With over 467,000 business customers, Zoom is hailed for its simplicity and easy user interface. But with this simplicity comes some vulnerabilities, as attackers have frequently exploited the security shortcomings of the software.
How Was Zoom’s Vulnerability Discovered?
A new Zoom security vulnerability has been found by two cybersecurity professionals, Daan Keuper and Thijs Alkemade, during the Pwn2Own Competition organized by the Zero Day Initiative. The competition challenged ethical hackers to find new vulnerabilities in commonly used software to mitigate the risk of information being stolen and sold to cyber criminals.
Through this hacking competition, the researchers discovered three vulnerabilities and combined them to remotely control another test computer.
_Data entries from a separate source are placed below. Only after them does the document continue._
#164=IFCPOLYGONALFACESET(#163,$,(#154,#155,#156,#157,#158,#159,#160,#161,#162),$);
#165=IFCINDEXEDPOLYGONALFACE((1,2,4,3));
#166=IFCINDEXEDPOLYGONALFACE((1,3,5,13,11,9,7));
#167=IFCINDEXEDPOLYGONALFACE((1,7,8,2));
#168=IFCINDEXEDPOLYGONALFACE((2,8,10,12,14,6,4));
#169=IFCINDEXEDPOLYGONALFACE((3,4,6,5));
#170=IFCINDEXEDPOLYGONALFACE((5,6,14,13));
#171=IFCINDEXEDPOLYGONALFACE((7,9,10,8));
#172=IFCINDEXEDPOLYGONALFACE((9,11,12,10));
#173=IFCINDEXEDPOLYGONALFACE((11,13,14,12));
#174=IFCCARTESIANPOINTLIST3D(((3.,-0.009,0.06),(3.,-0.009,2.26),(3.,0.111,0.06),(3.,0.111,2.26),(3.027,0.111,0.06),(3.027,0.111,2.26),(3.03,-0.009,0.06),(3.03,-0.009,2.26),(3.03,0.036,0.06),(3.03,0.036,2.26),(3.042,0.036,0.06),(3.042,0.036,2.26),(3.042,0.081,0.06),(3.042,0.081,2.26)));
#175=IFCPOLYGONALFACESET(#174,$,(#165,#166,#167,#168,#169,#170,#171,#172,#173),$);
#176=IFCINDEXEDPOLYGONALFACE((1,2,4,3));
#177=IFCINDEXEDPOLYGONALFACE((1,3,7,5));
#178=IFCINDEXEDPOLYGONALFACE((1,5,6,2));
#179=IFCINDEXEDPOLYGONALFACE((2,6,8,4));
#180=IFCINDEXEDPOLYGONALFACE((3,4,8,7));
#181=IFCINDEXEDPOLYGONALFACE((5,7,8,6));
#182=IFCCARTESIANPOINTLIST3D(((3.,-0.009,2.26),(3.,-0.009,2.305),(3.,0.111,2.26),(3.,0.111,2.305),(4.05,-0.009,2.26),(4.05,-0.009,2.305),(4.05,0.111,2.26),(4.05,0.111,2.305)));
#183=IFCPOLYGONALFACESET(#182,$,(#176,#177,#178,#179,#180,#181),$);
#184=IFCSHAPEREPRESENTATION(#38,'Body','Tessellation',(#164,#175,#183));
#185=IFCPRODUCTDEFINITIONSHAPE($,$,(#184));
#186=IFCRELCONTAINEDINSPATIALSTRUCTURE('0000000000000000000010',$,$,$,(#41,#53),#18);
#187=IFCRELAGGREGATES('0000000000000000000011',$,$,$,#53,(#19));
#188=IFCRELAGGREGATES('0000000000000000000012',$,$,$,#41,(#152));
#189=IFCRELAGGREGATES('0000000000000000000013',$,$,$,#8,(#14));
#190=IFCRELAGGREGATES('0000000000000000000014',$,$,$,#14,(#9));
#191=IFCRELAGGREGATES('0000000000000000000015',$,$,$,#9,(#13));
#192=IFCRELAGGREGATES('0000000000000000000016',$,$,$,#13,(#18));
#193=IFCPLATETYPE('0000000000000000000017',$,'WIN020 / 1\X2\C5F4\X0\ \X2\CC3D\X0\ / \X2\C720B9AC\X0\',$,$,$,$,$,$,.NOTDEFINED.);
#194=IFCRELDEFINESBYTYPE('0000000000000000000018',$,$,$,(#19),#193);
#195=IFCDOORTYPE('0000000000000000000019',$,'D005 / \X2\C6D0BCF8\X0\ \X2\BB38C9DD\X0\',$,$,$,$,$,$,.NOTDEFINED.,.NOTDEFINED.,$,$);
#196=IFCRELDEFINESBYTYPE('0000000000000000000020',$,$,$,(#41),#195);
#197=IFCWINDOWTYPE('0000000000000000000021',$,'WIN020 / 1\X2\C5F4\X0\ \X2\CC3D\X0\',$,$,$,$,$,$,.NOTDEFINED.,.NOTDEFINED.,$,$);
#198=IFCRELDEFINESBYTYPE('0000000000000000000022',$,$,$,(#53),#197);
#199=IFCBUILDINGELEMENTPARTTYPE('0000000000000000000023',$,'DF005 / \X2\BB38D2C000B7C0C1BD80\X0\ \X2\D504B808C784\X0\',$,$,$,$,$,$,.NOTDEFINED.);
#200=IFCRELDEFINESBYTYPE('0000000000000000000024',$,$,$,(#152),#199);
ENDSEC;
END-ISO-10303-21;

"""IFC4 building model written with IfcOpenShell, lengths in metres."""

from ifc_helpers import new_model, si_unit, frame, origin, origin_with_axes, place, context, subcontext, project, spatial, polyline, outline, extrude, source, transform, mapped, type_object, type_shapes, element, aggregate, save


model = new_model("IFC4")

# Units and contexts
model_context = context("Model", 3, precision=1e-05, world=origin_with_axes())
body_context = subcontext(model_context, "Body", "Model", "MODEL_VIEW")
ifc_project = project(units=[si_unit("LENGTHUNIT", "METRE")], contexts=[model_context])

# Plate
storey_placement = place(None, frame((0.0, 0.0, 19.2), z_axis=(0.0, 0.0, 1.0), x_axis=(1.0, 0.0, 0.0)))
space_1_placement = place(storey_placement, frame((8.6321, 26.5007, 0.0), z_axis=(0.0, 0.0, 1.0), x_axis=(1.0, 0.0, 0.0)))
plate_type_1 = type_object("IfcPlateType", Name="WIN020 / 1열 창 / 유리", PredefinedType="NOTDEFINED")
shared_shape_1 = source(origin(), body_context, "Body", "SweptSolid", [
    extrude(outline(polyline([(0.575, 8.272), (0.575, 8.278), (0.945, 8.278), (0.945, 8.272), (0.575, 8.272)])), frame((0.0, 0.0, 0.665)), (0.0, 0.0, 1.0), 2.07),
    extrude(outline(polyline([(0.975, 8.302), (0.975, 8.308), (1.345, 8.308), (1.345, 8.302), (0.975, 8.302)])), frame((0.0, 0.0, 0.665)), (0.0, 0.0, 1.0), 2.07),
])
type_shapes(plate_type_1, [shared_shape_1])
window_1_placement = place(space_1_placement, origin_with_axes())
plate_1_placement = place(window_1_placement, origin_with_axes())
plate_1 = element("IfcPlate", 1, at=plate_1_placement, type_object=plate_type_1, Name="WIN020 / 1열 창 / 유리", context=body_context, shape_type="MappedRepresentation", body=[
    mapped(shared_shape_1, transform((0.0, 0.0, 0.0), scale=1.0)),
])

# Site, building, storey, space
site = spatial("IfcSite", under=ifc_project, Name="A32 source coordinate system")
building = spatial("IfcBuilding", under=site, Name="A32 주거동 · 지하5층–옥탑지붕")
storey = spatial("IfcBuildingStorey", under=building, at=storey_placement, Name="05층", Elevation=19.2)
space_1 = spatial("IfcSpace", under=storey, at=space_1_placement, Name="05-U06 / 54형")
To accomplish this feat, it was found that the attacker first sends the victim a request to be accepted as a Zoom contact or they gain access to an account that’s listed under the victim’s same organization while a Zoom call is live. Once one of these conditions are met and the code is executed remotely by the hacker, the cybercriminal is free to open any program they wish on the victim’s computer.
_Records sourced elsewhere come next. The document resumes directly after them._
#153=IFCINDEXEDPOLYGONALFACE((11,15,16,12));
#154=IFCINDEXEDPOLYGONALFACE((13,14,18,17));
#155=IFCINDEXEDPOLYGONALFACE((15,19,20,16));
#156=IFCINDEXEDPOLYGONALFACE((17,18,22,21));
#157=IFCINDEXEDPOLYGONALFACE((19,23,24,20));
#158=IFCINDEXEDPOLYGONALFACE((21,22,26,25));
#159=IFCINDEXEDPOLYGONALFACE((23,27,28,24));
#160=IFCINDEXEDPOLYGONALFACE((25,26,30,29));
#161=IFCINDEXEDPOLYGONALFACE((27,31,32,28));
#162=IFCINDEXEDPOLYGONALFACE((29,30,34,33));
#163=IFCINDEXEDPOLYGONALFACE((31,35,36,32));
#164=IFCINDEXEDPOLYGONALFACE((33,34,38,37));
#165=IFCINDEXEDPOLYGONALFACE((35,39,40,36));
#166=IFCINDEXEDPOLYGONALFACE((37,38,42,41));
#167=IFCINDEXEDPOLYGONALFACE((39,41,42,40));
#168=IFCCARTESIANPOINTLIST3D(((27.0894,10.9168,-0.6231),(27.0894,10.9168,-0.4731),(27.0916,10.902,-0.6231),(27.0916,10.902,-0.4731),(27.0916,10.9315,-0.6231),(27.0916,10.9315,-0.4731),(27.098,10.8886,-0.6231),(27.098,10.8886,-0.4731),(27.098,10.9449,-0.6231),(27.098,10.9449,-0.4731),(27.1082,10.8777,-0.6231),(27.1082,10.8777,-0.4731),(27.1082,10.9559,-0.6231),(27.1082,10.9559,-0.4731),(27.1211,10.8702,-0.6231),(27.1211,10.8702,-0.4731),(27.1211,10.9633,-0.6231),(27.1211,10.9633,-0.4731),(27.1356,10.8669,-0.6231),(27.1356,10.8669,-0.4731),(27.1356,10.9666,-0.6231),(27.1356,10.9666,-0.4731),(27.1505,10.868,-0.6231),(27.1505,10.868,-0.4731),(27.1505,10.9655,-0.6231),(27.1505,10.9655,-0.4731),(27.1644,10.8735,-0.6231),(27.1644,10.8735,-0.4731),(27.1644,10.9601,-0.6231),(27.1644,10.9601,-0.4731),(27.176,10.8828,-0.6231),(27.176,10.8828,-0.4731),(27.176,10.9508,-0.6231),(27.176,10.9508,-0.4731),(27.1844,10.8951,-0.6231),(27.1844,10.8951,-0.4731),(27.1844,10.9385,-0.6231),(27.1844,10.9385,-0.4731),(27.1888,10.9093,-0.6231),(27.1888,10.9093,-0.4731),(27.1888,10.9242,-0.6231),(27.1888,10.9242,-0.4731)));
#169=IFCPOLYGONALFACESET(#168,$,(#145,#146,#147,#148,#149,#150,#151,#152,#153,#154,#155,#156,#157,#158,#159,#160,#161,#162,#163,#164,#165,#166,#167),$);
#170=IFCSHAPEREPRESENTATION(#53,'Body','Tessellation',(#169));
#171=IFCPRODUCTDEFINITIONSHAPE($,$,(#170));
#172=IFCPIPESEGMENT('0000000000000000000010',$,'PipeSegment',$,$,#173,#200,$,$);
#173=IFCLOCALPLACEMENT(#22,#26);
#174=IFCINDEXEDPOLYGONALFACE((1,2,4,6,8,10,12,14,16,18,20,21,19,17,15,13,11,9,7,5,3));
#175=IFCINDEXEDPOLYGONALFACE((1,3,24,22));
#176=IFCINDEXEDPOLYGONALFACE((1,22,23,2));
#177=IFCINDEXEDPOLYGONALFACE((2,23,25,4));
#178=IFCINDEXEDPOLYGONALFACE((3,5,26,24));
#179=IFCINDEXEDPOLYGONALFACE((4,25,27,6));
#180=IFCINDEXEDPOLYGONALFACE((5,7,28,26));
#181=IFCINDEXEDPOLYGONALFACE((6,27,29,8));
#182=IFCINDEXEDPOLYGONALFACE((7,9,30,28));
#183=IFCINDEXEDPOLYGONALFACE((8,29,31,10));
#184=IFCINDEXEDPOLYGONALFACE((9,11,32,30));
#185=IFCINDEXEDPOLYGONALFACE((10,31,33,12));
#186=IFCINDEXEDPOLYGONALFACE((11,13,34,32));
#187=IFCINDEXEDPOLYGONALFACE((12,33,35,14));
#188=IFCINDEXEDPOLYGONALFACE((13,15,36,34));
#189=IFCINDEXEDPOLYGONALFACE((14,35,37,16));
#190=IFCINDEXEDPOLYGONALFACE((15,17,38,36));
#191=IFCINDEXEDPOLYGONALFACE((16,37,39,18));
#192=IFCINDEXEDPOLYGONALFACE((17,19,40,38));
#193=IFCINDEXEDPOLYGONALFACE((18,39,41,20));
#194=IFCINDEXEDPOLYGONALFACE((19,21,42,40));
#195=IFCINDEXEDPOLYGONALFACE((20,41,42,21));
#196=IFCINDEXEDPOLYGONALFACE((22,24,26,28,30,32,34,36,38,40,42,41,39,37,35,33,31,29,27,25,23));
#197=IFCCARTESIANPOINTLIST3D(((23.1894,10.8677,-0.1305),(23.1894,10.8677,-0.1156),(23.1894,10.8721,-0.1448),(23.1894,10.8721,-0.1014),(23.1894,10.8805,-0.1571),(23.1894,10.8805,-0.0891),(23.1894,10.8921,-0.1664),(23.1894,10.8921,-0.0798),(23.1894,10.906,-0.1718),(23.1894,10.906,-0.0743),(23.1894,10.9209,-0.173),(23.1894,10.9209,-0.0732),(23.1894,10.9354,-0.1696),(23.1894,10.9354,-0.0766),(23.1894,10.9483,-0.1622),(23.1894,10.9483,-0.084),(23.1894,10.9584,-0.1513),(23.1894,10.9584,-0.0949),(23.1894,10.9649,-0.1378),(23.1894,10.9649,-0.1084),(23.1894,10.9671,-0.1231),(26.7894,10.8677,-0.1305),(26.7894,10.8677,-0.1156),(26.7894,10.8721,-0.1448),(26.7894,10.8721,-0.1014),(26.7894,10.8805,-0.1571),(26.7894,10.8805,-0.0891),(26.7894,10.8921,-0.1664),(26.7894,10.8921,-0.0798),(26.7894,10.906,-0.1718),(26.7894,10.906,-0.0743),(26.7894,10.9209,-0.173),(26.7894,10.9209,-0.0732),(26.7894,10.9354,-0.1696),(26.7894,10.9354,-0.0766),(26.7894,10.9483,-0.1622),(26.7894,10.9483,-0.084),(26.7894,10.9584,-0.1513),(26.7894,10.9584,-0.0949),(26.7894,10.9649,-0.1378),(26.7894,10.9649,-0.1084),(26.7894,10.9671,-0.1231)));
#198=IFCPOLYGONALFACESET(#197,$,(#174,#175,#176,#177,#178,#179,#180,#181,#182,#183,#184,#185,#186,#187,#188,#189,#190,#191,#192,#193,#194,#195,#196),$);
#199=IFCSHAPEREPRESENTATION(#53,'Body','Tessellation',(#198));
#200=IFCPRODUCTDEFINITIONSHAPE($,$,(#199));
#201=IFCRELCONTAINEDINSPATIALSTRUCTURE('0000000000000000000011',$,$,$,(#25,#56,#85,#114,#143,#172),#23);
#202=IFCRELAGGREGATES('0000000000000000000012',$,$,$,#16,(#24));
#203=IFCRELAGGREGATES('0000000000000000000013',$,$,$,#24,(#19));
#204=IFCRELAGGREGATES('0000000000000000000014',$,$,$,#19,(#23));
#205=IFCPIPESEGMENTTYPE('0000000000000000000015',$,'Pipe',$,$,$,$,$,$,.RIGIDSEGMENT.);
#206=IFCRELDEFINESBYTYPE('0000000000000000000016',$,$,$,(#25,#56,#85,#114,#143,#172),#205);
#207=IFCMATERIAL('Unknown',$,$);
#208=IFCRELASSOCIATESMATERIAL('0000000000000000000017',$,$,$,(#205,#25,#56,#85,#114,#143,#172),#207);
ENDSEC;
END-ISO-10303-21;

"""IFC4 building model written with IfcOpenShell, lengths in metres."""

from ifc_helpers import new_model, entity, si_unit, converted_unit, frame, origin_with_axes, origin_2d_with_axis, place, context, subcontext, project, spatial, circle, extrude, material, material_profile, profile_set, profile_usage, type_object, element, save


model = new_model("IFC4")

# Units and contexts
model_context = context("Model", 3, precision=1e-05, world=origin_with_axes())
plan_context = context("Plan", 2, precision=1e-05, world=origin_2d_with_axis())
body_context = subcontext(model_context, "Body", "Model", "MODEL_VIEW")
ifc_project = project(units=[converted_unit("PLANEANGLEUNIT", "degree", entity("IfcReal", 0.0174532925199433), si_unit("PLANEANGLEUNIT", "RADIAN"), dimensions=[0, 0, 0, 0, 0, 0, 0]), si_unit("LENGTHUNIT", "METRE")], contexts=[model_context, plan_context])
What is a Zoom Zero-Day Vulnerability?
A zero-day vulnerability is a security flaw that’s unknown by developers of a software but could potentially pose a risk to its users. These vulnerabilities tend to be rather difficult to find and often require hours of researching. Because of this, major developers offer cash rewards to those researchers who both find the vulnerability and bring it to the attention of their team. In the case of this discovery, the researchers in question received $200,000 for their efforts.
That said, once a vulnerability is found, the work is not done. Exploitation occurs between the time a vulnerability is discovered and the time when the resolving update is released. In general, the longer it takes to find and resolve a vulnerability, the more likely users will be at risk of attackers writing malicious code to gain remote access to their computer and network.
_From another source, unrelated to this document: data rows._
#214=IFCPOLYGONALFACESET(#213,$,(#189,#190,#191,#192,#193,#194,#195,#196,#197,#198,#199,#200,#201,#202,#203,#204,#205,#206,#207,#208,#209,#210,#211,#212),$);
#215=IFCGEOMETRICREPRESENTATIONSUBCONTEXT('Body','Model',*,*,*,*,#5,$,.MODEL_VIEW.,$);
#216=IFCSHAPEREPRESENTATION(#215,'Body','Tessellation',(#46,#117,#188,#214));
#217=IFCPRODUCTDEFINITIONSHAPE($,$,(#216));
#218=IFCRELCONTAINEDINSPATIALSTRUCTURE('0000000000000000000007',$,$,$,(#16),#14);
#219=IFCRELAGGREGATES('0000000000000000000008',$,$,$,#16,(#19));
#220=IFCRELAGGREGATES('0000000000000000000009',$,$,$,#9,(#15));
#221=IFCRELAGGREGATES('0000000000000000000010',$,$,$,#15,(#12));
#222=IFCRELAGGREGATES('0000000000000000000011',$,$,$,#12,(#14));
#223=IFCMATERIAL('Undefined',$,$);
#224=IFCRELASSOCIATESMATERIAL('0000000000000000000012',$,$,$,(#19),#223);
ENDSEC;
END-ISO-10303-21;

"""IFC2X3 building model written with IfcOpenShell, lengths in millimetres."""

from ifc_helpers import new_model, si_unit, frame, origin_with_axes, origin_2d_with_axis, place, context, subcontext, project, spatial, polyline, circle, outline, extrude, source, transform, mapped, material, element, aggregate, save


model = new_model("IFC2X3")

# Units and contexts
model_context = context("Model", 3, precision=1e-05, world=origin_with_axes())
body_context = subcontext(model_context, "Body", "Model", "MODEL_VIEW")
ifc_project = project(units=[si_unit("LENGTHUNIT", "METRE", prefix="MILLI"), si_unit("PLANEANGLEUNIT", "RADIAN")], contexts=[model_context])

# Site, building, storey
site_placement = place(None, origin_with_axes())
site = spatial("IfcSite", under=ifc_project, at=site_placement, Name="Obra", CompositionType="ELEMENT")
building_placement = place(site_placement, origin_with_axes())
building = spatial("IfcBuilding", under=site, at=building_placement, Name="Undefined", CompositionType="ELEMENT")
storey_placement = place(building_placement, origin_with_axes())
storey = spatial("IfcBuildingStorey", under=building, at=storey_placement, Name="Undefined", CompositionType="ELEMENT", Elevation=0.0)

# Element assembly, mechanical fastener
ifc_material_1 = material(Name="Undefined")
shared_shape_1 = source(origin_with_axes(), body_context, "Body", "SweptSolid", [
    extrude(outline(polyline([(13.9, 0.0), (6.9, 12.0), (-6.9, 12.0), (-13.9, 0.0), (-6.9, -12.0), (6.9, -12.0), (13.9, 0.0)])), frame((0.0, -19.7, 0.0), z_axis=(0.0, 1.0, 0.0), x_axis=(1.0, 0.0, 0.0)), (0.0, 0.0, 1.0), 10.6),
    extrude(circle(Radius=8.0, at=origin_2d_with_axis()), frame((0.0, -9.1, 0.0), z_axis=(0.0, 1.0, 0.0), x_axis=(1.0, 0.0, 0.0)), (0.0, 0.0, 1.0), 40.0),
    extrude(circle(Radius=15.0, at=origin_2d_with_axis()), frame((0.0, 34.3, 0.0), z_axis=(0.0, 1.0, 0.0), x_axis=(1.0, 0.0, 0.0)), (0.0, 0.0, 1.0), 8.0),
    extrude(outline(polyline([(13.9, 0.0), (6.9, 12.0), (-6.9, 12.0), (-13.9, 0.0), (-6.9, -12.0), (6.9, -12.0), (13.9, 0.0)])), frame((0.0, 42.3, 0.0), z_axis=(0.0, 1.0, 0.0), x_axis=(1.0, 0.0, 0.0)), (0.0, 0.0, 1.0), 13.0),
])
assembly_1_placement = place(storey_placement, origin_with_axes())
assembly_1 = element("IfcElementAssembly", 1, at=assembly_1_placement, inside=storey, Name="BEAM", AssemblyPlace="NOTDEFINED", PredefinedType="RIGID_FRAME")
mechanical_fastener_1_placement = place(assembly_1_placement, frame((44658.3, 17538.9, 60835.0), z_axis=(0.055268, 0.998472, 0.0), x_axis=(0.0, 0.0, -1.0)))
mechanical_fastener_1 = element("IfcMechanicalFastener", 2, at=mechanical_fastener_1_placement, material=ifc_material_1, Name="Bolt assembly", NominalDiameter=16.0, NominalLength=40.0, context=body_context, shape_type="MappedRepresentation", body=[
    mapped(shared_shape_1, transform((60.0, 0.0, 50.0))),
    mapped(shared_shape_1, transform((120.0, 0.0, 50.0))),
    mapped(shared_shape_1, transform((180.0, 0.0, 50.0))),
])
Zoom’s Response to the Hack
Zoom hasn’t patched the critical security issues yet since the company has 90 days to produce a fix for all vulnerabilities reported before details are released, as stated in rules established by Pwn2Own. That said, the researchers were able to reveal that the vulnerability can only be exploited on the Windows and Mac Zoom apps and does not impact the browser version of Zoom.
Although the Alkemade and Keuper discovered the flaw in only two days, it’s expected that it may take Zoom months to apply a fix . Specifically, more testing is needed to understand if the attack affects the iOS and Android app versions of Zoom.
In the meantime, the aim is to have responsible disclosure and only reveal details when a patch is readily available to protect end users, effectively preventing attackers from wreaking havoc on unsuspecting Zoom calls.
Previous Zoom Vulnerabilities
Within the last year, Zoom has faced several holes in its security, many of which were exploited at the beginning of businesses shifting to remote operations. The most recent vulnerability is just one of the numerous problems that have put users of the video calling service in harm’s way.
In March 2020, a vulnerability, coined Zoombombing, let hackers take advantage of public meetings to share explicit audio or imagery with entire audiences of people. In addition to sharing this content, scammers also took advantage of the situation, using the exploit to share malicious links in chat; sending the victims that clicked to fraudulent websites that could potentially install malware, steal login credentials, or conduct various other attacks.
While Zoom has since taken action to mitigate the risk of Zoombombing, the company had to completely reevaluate its password policy for meetings and implement new default security measures. In turn, the act of Zoombombing is now recognized as a crime and states have started prosecuting those that violate the law.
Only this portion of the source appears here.